**Task directions:** Pull every line holding the string "IFCMEASUREWITHUNIT" from the records below.

**Records shown:**
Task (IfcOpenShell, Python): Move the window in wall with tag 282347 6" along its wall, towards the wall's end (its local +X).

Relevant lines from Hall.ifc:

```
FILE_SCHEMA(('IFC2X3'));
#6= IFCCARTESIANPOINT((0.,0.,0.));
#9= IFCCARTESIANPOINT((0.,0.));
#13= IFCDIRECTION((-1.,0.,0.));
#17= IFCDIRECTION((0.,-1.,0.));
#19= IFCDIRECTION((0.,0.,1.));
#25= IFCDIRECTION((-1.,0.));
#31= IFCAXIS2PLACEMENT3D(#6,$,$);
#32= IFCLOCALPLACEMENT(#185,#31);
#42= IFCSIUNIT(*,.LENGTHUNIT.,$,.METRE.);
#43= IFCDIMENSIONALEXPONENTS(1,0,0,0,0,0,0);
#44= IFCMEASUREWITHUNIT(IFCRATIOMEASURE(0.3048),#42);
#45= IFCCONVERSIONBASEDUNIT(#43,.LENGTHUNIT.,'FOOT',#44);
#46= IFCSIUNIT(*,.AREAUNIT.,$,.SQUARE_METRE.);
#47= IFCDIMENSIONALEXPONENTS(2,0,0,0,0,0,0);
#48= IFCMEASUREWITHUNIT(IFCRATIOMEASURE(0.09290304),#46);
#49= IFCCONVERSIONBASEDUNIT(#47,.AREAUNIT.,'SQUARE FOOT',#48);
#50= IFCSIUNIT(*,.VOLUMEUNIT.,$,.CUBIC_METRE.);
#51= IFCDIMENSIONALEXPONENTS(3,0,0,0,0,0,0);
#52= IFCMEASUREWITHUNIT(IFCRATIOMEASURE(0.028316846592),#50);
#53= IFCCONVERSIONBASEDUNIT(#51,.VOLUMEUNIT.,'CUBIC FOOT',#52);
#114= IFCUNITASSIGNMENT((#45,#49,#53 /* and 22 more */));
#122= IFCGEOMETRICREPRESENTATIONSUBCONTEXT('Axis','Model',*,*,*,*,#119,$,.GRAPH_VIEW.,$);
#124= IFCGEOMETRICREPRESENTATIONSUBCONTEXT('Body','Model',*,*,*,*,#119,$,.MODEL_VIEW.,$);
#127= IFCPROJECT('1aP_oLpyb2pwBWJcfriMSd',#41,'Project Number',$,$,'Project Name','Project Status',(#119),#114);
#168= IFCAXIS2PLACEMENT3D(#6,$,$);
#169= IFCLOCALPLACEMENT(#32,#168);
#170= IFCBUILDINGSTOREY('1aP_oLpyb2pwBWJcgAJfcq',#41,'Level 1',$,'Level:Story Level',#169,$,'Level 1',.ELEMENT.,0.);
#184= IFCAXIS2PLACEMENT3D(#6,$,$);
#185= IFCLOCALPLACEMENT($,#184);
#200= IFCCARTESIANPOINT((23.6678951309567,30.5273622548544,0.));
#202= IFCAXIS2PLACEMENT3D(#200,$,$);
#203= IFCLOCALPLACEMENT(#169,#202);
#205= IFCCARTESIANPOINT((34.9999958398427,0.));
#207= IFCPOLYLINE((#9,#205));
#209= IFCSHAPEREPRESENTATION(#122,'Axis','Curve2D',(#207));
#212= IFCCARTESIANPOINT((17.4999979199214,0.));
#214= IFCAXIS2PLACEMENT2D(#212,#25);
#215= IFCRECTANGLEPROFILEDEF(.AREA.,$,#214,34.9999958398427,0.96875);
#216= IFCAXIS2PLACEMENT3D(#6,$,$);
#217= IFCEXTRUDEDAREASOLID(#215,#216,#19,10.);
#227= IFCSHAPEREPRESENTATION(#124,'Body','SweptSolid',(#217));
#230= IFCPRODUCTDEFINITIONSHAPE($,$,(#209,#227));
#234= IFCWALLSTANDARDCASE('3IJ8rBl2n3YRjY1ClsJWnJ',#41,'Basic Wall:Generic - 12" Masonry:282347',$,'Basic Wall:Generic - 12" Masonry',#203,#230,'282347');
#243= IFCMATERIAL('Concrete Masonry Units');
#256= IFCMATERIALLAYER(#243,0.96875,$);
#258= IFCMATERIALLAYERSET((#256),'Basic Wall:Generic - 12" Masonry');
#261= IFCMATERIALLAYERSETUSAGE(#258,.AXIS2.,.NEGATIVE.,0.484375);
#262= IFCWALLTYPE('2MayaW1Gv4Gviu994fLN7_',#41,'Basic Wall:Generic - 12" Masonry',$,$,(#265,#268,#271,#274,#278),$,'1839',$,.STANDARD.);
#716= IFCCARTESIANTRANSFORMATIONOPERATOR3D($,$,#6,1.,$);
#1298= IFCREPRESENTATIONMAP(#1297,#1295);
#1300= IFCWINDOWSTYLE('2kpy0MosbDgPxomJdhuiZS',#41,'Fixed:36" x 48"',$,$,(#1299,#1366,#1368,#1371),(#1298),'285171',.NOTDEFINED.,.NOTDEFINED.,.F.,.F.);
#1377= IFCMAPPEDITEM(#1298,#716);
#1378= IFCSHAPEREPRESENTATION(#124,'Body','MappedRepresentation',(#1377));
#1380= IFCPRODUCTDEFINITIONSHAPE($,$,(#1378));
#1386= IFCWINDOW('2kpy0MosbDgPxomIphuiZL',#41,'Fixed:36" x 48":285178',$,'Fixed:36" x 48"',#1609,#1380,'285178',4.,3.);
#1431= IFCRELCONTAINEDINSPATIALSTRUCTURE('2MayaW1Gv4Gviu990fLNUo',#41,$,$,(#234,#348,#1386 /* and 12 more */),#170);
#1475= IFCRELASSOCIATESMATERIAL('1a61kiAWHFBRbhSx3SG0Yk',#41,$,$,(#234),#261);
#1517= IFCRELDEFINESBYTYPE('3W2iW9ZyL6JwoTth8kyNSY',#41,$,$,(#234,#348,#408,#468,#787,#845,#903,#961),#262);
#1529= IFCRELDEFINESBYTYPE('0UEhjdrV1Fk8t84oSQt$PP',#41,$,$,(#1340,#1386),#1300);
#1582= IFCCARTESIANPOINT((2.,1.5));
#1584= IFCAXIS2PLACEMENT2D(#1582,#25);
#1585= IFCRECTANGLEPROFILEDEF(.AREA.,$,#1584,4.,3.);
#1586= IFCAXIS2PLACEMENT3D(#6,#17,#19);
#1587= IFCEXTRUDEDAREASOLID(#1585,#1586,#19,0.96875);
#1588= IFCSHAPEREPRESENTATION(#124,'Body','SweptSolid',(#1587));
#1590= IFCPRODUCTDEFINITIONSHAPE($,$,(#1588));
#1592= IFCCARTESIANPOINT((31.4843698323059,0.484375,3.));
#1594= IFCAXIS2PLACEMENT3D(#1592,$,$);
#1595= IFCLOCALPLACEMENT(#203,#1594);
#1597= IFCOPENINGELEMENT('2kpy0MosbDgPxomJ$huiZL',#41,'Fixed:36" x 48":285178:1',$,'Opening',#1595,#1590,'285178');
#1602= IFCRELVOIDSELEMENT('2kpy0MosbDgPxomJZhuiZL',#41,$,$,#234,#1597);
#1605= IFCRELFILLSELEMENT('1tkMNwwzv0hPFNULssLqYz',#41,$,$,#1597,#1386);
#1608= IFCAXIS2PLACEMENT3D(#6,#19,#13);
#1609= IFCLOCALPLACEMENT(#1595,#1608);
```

```python
import ifcopenshell
import ifcopenshell.api.geometry
import ifcopenshell.util.placement
import ifcopenshell.util.unit

model = ifcopenshell.open("Hall.ifc")
unit_scale = ifcopenshell.util.unit.calculate_unit_scale(model)

window = model.by_id(1386)
opening = window.FillsVoids[0].RelatingOpeningElement
wall = opening.VoidsElements[0].RelatingBuildingElement

wall_matrix = ifcopenshell.util.placement.get_local_placement(wall.ObjectPlacement)
shift = wall_matrix[:3, 0] * 6 * 0.0254 / unit_scale
before = ifcopenshell.util.placement.get_local_placement(window.ObjectPlacement)[:3, 3].copy()

# The window is placed relative to its opening, so it follows when the opening moves.
matrix = ifcopenshell.util.placement.get_local_placement(opening.ObjectPlacement)
matrix[:3, 3] += shift
ifcopenshell.api.geometry.edit_object_placement(
    model, product=opening, matrix=matrix, is_si=False, should_transform_children=True
)

after = ifcopenshell.util.placement.get_local_placement(window.ObjectPlacement)[:3, 3]
print("window moved by", (after - before).round(3) + 0.0)

model.write("Hall_v2.ifc")
```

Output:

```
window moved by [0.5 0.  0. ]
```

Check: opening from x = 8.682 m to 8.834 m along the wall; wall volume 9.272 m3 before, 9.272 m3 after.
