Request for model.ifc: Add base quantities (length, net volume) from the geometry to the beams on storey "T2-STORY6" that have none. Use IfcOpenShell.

First a look at what the model holds.

```python
import ifcopenshell
import ifcopenshell.util.element
import ifcopenshell.util.unit

model = ifcopenshell.open("model.ifc")
print(model.schema)
for unit_type in ("LENGTHUNIT", "AREAUNIT", "VOLUMEUNIT"):
    print(unit_type, ifcopenshell.util.unit.calculate_unit_scale(model, unit_type))
storey = next(s for s in model.by_type("IfcBuildingStorey") if s.Name == "T2-STORY6")
beams = [e for e in ifcopenshell.util.element.get_decomposition(storey) if e.is_a("IfcBeam")]
for e in sorted(beams, key=lambda e: e.id()):
    print(e.id(), e.is_a(), e.Name, list(ifcopenshell.util.element.get_psets(e, qtos_only=True)), sep=" | ")
```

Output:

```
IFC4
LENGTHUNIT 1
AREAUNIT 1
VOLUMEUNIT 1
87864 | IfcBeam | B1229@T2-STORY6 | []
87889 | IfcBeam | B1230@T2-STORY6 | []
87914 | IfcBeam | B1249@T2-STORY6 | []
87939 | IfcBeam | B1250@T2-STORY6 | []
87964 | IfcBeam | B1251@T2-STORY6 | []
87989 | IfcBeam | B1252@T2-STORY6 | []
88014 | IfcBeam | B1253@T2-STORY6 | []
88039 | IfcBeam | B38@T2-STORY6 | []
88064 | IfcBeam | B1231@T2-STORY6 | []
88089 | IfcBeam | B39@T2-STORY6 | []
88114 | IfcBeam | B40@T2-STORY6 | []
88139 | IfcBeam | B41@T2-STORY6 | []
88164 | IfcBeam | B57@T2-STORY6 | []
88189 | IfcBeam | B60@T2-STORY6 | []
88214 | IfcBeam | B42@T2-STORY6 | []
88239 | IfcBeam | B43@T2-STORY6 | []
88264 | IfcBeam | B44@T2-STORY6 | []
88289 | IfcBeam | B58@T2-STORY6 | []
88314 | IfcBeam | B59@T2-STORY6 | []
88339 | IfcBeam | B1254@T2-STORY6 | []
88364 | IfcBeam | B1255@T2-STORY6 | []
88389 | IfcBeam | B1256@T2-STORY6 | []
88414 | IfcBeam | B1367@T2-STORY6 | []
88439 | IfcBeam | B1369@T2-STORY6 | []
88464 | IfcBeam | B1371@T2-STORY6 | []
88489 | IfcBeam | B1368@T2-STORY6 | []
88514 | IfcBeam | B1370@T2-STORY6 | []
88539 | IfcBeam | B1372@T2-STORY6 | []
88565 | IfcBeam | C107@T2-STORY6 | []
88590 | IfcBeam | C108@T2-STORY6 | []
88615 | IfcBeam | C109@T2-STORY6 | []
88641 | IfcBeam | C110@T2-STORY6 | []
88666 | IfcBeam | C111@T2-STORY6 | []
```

```python
import ifcopenshell
import ifcopenshell.api.pset
import ifcopenshell.geom
import ifcopenshell.util.element
import ifcopenshell.util.shape
import ifcopenshell.util.unit

model = ifcopenshell.open("model.ifc")
unit_scale = ifcopenshell.util.unit.calculate_unit_scale(model)
volume_scale = ifcopenshell.util.unit.calculate_unit_scale(model, "VOLUMEUNIT")
settings = ifcopenshell.geom.settings()

storey = next(s for s in model.by_type("IfcBuildingStorey") if s.Name == "T2-STORY6")
beams = [e for e in ifcopenshell.util.element.get_decomposition(storey) if e.is_a("IfcBeam")]

for e in sorted(beams, key=lambda e: e.id()):
    if ifcopenshell.util.element.get_psets(e, qtos_only=True, should_inherit=False):
        continue
    # Geometry comes back in metres, in the element's own axes.
    shape = ifcopenshell.geom.create_shape(settings, e)
    values = {
        "Length": ifcopenshell.util.shape.get_max_xyz(shape.geometry) / unit_scale,
        "NetVolume": ifcopenshell.util.shape.get_volume(shape.geometry) / volume_scale,
    }
    qto = ifcopenshell.api.pset.add_qto(model, product=e, name="Qto_BeamBaseQuantities")
    ifcopenshell.api.pset.edit_qto(model, qto=qto, properties=values)
    print(e.id(), {k: round(v, 3) for k, v in values.items()})

model.write("model_updated.ifc")
```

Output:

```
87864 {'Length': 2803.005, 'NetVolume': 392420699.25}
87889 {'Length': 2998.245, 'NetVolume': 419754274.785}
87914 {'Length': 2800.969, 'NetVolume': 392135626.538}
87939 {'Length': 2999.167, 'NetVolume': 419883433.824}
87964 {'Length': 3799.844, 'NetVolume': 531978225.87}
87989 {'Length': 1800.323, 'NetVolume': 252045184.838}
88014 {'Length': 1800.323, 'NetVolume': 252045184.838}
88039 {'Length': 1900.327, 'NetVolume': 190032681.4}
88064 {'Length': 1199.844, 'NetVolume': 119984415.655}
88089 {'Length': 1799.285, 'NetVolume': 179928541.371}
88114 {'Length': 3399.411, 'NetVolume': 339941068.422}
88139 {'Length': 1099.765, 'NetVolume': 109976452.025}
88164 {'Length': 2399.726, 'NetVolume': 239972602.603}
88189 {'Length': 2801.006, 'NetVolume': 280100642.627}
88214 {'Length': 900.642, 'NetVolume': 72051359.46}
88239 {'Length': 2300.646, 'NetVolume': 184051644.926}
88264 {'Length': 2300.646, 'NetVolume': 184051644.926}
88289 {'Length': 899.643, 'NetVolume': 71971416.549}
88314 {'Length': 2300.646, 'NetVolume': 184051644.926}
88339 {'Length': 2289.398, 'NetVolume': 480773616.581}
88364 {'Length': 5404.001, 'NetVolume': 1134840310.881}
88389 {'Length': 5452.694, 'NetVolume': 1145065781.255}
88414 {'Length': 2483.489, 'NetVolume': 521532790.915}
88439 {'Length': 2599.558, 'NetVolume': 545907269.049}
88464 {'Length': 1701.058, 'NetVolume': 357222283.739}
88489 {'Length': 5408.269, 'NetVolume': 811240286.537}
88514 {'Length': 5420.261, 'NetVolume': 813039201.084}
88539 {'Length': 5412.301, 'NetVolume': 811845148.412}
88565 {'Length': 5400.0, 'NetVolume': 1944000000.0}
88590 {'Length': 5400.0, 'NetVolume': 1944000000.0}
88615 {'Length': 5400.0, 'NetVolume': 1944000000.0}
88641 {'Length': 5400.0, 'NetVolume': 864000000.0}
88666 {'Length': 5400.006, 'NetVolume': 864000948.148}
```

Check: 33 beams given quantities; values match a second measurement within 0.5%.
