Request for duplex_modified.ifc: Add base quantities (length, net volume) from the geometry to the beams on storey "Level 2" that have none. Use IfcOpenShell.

First a look at what the model holds.

```python
import ifcopenshell
import ifcopenshell.util.element
import ifcopenshell.util.unit

model = ifcopenshell.open("duplex_modified.ifc")
print(model.schema)
for unit_type in ("LENGTHUNIT", "AREAUNIT", "VOLUMEUNIT"):
    print(unit_type, ifcopenshell.util.unit.calculate_unit_scale(model, unit_type))
storey = next(s for s in model.by_type("IfcBuildingStorey") if s.Name == "Level 2")
beams = [e for e in ifcopenshell.util.element.get_decomposition(storey) if e.is_a("IfcBeam")]
for e in sorted(beams, key=lambda e: e.id()):
    print(e.id(), e.is_a(), e.Name, list(ifcopenshell.util.element.get_psets(e, qtos_only=True)), sep=" | ")
```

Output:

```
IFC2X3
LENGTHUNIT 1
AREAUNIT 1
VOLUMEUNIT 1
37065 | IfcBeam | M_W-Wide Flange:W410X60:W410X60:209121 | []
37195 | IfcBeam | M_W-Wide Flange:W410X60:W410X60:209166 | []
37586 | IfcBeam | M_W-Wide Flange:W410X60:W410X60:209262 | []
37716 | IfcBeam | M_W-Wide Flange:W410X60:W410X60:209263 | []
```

```python
import ifcopenshell
import ifcopenshell.api.pset
import ifcopenshell.geom
import ifcopenshell.util.element
import ifcopenshell.util.shape
import ifcopenshell.util.unit

model = ifcopenshell.open("duplex_modified.ifc")
unit_scale = ifcopenshell.util.unit.calculate_unit_scale(model)
volume_scale = ifcopenshell.util.unit.calculate_unit_scale(model, "VOLUMEUNIT")
settings = ifcopenshell.geom.settings()

storey = next(s for s in model.by_type("IfcBuildingStorey") if s.Name == "Level 2")
beams = [e for e in ifcopenshell.util.element.get_decomposition(storey) if e.is_a("IfcBeam")]

for e in sorted(beams, key=lambda e: e.id()):
    if ifcopenshell.util.element.get_psets(e, qtos_only=True, should_inherit=False):
        continue
    # Geometry comes back in metres, in the element's own axes.
    shape = ifcopenshell.geom.create_shape(settings, e)
    values = {
        "Length": ifcopenshell.util.shape.get_max_xyz(shape.geometry) / unit_scale,
        "NetVolume": ifcopenshell.util.shape.get_volume(shape.geometry) / volume_scale,
    }
    qto = ifcopenshell.api.pset.add_qto(model, product=e, name="BaseQuantities")
    ifcopenshell.api.pset.edit_qto(model, qto=qto, properties=values)
    print(e.id(), {k: round(v, 3) for k, v in values.items()})

model.write("duplex_modified_rev.ifc")
```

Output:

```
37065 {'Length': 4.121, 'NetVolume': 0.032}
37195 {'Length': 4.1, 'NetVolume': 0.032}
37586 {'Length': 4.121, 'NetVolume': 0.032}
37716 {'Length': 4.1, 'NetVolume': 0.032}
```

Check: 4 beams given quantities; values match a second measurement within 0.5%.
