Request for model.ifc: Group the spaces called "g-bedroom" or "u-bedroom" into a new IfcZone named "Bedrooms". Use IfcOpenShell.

First a look at what the model holds.

```python
import ifcopenshell

model = ifcopenshell.open("model.ifc")
print(model.schema)
seen = {}
for space in model.by_type("IfcSpace"):
    seen[space.LongName] = seen.get(space.LongName, 0) + 1
for name, count in sorted(seen.items(), key=str):
    print(count, "x", name)
print("zones:", [z.Name for z in model.by_type("IfcZone")][:20])
```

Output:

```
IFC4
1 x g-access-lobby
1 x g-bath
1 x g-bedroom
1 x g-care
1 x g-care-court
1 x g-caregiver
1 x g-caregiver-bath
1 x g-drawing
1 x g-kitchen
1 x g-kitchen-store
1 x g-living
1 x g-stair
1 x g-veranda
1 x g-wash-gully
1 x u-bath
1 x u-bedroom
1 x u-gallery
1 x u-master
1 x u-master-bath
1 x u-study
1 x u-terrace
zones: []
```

```python
import ifcopenshell
import ifcopenshell.api.group
import ifcopenshell.api.root

model = ifcopenshell.open("model.ifc")

names = {"g-bedroom", "u-bedroom"}
spaces = [s for s in model.by_type("IfcSpace") if s.LongName in names]

zone = ifcopenshell.api.root.create_entity(model, ifc_class="IfcZone", name="Bedrooms")
ifcopenshell.api.group.assign_group(model, products=spaces, group=zone)
print(len(spaces), "spaces in", zone.Name)

model.write("model_v2.ifc")
```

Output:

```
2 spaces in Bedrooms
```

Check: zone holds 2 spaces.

**Output:**
#44= IFCMEASUREWITHUNIT(IFCRATIOMEASURE(0.3048),#42);
#48= IFCMEASUREWITHUNIT(IFCRATIOMEASURE(0.09290304),#46);
#52= IFCMEASUREWITHUNIT(IFCRATIOMEASURE(0.028316846592),#50);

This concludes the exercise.